**Task requirements**.
From the entries that follow, list every line in which the string "RADIAN" appears.

Top of Data provided

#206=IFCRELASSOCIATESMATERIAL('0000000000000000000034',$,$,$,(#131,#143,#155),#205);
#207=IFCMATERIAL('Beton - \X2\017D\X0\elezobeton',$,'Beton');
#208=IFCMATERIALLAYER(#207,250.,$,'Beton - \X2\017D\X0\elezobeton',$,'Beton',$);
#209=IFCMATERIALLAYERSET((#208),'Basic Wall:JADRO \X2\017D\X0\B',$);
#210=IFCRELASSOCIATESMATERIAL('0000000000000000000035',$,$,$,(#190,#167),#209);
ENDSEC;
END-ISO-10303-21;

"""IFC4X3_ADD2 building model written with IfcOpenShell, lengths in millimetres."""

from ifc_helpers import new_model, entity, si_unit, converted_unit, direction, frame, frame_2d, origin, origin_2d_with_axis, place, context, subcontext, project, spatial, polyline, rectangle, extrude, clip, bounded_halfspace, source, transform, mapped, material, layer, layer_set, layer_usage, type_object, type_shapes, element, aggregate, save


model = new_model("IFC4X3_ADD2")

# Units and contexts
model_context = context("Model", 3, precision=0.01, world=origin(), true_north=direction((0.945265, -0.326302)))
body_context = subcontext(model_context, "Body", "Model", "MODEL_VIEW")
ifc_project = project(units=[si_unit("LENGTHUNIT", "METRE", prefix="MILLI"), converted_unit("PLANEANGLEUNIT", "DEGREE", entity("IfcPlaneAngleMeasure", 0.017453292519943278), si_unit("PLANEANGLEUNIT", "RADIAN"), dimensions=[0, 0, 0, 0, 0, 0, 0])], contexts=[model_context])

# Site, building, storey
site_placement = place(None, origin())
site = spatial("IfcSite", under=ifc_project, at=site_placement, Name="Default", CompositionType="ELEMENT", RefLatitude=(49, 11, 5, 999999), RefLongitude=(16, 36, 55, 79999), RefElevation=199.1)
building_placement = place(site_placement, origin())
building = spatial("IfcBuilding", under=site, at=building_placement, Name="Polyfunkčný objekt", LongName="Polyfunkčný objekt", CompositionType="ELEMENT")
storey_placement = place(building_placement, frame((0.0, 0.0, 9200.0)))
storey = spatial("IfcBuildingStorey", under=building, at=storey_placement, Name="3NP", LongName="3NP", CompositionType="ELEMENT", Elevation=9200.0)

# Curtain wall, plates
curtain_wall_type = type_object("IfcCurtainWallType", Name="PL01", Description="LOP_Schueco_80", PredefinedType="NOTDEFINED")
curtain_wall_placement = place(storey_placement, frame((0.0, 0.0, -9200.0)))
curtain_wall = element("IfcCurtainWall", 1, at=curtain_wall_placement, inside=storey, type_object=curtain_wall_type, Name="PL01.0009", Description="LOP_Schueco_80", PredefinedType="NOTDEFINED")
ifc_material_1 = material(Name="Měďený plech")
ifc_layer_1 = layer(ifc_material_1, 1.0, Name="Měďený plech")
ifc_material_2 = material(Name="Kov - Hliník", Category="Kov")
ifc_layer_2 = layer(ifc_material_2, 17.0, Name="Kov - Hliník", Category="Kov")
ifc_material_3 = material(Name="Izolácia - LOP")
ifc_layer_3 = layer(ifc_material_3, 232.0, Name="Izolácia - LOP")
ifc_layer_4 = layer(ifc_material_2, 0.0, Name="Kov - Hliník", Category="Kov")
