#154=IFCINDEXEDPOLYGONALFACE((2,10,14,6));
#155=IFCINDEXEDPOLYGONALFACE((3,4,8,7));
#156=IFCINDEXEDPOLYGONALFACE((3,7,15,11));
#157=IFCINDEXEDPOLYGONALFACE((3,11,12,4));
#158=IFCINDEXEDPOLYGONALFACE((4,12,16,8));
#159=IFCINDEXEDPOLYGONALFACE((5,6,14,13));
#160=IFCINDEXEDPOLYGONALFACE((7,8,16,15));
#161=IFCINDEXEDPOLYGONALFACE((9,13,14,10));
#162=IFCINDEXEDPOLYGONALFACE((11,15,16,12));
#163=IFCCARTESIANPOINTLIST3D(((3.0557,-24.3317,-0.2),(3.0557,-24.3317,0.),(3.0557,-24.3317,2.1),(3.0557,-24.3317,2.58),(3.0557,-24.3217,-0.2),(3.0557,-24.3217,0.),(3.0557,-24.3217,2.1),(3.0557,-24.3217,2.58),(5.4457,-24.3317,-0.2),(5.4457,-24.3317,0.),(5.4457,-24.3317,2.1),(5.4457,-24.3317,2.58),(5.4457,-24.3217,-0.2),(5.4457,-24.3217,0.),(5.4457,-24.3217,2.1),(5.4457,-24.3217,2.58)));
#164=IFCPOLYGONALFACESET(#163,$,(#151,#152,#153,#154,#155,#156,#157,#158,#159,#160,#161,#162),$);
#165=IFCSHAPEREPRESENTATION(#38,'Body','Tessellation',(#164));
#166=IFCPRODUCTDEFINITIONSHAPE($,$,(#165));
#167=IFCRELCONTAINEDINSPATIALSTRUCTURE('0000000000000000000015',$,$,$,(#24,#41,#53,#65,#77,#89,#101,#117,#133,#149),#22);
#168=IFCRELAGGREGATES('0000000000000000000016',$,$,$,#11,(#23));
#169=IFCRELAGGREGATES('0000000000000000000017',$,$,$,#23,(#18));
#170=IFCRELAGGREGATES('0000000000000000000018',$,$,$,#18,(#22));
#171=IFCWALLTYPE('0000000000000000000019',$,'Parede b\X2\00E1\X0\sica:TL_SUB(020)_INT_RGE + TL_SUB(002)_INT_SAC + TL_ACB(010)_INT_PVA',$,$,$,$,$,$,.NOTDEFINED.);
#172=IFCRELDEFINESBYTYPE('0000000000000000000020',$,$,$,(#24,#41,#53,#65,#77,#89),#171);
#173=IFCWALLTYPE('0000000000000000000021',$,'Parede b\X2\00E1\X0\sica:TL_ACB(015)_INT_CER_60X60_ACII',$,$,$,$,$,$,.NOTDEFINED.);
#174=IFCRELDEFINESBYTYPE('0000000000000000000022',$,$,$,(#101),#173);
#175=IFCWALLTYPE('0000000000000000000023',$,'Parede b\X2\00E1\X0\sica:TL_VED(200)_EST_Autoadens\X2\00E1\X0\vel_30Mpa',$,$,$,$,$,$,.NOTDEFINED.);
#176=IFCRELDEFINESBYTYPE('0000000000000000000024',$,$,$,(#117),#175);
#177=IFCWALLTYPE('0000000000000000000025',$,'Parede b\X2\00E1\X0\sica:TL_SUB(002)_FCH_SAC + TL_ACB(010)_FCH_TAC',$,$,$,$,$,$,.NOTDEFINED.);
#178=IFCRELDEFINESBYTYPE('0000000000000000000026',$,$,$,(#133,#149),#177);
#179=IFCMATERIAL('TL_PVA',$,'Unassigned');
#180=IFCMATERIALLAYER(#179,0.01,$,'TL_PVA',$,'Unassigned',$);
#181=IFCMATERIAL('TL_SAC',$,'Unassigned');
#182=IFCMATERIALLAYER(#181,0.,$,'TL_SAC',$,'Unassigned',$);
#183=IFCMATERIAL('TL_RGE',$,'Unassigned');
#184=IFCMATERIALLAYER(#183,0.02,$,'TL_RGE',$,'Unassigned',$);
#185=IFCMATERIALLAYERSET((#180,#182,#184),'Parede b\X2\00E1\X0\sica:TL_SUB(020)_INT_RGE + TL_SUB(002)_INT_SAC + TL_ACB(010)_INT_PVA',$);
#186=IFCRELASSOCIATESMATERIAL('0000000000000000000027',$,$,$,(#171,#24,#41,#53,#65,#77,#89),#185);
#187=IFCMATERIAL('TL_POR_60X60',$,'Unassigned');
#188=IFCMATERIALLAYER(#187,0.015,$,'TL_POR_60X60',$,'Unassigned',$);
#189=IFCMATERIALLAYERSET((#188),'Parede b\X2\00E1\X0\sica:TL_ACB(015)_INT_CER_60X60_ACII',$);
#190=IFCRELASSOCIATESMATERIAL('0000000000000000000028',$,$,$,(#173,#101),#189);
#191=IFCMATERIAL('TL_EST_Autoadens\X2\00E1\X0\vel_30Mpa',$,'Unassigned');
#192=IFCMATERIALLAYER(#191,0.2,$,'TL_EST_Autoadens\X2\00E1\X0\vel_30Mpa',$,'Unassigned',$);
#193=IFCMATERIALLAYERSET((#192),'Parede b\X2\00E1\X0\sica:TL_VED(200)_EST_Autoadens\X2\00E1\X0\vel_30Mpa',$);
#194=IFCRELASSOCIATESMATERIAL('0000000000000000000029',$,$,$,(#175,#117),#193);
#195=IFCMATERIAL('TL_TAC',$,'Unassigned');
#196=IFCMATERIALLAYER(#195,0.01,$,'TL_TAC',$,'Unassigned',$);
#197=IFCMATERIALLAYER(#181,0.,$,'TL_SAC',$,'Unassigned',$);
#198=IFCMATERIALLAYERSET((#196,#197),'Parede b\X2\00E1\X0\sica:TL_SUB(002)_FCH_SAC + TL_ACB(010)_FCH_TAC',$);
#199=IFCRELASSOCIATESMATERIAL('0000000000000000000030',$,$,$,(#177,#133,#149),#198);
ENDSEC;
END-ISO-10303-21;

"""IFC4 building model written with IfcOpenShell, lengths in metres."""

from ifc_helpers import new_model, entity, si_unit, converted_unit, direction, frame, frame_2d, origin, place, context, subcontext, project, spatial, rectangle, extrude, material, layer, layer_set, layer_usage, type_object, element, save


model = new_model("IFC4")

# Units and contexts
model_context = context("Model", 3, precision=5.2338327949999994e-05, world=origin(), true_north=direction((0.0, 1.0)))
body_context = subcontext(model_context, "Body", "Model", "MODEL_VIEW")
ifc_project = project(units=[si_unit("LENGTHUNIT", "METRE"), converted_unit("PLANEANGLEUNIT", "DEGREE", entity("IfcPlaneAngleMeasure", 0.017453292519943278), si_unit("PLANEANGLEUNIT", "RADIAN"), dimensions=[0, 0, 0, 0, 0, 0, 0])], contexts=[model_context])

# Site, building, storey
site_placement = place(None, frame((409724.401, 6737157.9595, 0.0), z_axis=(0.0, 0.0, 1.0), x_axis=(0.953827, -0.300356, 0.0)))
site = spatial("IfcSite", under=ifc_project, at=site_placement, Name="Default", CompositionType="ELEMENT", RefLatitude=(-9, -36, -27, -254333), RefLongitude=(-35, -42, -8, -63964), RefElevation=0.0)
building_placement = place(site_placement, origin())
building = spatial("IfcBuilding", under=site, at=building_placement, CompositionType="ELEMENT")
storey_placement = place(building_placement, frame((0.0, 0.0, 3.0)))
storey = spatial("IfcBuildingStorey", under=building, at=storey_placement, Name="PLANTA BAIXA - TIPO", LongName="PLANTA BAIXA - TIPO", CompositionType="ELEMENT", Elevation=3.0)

Bottom of Data provided

**Output of the exercise**.
ifc_project = project(units=[si_unit("LENGTHUNIT", "METRE", prefix="MILLI"), converted_unit("PLANEANGLEUNIT", "DEGREE", entity("IfcPlaneAngleMeasure", 0.017453292519943278), si_unit("PLANEANGLEUNIT", "RADIAN"), dimensions=[0, 0, 0, 0, 0, 0, 0])], contexts=[model_context])
ifc_project = project(units=[si_unit("LENGTHUNIT", "METRE"), converted_unit("PLANEANGLEUNIT", "DEGREE", entity("IfcPlaneAngleMeasure", 0.017453292519943278), si_unit("PLANEANGLEUNIT", "RADIAN"), dimensions=[0, 0, 0, 0, 0, 0, 0])], contexts=[model_context])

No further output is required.